Crise financeira, desigualdade extrema na distribuição da riqueza, pressão implacável sobre o meio ambiente. O coronavírus é um grande holofote jogando luz sobre questões urgentes que já estavam na pauta. Mas, como nos referirmos corriqueiramente a inquietações que não queremos olhar: “a poeira ficou debaixo do tapete”. A imagem que me vem à mente é a de um quarto escuro. Esse quarto poderia ser chamado de mundo. Dentro dele, muita sujeira e poeira. Mas esse imenso quarto já estava escuro e a poeira não era visível. A COVID-19 é a lanterna forte que joga esse feixe de luz sobre a penumbra do planeta. Tudo sempre esteve ali: falhas na infraestrutura, na saúde pública, na educação, etc. Mas agora tudo fica mais visível. A pergunta que me vêm em seguida é: Então quais possibilidades se abrem ao poder enxergar a falência deste sistema econômico e social que visa o crescimento a qualquer custo? Venho trazer boas perspectivas. Li recentemente uma notícia no The Guardian que me encheu de esperança ao anunciar que Amsterdã, a capital da Holanda, escolheu uma alternativa a esse crescimento desenfreado: a chamada Economia Donut como um modelo viável para a reconstrução do mundo pós-COVID-19.
O termo “economia donut” foi cunhado pela economista britânica Kate Raworth em livro homônimo, “Economia Donut: Sete maneiras de pensar como um economista do século XXI”, lançado em 2017 e traduzido no Brasil pela editora Zahar no ano passado. O conceito veio ganhando força nos debates sobre a reconstrução do mundo pós-COVID-19 e foi alvo de refletores quando as autoridades da capital holandesa, anunciaram oficialmente que implementarão transformações a partir desse novo modelo econômico, de prosperidade em equilíbrio com o planeta. Vencedor do Prêmio Transmission, a obra é uma espécie de bússola para guiar as políticas governamentais, o desenvolvimento global e as estratégias corporativas – além de estabelecer padrões atualizados para o que de fato significa sucesso econômico. “O mundo está passando por uma série de choques e impactos surpreendentes que nos permitem mudar da ideia de crescimento para ‘prosperar’”, diz Kate. “Prosperar significa que nosso bem-estar está em equilíbrio. Nós o conhecemos tão bem no nível do nosso corpo. Este é o momento em que conectaremos a saúde corporal à saúde planetária”, afirmou a autora em reportagem para o The Guardian.

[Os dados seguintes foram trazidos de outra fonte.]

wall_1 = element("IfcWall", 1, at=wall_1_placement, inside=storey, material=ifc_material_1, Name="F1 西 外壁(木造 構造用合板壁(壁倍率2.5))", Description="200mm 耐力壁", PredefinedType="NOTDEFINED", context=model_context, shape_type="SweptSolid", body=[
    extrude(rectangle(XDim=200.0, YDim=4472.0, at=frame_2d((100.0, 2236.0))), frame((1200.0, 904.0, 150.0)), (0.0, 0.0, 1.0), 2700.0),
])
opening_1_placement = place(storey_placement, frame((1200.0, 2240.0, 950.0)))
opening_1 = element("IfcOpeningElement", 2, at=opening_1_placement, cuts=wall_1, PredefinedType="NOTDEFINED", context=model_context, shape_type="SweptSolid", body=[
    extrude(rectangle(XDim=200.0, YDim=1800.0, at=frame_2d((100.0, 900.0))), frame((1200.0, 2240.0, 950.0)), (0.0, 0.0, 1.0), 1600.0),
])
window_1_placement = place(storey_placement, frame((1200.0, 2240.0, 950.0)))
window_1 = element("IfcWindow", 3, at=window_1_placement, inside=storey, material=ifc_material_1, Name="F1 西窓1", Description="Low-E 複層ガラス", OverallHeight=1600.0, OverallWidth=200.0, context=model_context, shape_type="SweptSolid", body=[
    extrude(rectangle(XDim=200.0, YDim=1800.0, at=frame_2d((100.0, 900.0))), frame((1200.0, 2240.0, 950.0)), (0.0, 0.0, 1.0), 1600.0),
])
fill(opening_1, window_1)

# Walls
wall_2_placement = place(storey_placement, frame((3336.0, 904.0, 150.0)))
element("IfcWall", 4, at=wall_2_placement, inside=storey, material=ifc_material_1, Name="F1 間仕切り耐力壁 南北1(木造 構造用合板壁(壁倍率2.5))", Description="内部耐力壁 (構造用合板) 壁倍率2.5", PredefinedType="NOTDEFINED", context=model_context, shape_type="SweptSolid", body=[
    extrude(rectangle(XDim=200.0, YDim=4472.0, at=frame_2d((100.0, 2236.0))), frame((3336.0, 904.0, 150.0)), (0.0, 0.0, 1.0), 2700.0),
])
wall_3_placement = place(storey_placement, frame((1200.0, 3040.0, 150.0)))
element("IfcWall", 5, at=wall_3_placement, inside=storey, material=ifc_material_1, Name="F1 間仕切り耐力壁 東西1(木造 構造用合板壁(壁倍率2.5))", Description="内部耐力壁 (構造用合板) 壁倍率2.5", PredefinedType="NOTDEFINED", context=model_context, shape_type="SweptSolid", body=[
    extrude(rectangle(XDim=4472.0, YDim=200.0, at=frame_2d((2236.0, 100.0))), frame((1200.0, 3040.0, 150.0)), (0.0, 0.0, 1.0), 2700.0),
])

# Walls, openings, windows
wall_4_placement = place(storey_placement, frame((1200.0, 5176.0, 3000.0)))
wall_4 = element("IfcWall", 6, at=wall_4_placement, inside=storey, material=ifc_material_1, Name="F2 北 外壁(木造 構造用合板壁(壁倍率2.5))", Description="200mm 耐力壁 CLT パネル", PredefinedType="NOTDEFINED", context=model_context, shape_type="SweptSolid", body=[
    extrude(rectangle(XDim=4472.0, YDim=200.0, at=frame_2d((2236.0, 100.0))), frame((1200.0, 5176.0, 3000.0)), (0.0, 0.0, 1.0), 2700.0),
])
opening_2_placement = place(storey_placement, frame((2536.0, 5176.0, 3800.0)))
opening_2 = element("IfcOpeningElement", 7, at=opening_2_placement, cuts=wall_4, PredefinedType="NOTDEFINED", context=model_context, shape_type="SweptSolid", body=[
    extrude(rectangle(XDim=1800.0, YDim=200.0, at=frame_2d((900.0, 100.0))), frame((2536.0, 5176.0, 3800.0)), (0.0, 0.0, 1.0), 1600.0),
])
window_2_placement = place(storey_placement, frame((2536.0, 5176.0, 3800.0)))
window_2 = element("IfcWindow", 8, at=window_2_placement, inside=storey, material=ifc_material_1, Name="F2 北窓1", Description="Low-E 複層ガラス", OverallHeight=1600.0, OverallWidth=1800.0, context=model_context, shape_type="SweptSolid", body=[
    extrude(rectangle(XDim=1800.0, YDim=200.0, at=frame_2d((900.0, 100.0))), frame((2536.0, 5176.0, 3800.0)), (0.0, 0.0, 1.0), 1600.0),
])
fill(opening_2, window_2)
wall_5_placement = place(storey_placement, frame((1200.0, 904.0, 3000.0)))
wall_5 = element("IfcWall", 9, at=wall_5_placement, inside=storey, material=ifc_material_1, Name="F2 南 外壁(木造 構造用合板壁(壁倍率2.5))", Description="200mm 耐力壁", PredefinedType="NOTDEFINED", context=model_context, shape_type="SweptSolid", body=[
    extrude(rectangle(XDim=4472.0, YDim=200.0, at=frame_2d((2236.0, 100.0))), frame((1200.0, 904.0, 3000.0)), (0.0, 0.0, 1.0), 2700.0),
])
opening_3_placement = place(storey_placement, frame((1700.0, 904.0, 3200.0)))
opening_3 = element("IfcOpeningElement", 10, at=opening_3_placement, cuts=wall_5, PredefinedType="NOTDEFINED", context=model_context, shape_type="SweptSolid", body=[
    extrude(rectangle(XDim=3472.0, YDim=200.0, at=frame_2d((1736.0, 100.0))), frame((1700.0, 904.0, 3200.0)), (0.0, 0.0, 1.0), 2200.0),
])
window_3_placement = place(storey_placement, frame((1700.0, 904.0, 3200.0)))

A ideia dela é rever o mito da economia dominante, do “homem econômico racional” (homo economicus) e da obsessão pelo crescimento ilimitado a qualquer custo e propor um sistema no qual as necessidades de todos são satisfeitas sem esgotar os recursos do planeta. Segundo ela, a economia cometeu um grande erro ao se tornar tão matemática. “Foi nos anos 1870, quando queriam fazer da economia uma ciência, imitando a física newtoniana: assim como um pêndulo é levado ao repouso pela gravidade, os mercados são levados ao equilíbrio pelos preços. É uma má analogia. A economia é uma relação entre seres humanos, não cabe numa equação”, diz. A pandemia, nesse sentido, foi mola propulsora para evidenciar as falácias do discurso do ‘homo economicus’ como por exemplo: a redução da vida ao valor econômico ou a negação do público e do comum.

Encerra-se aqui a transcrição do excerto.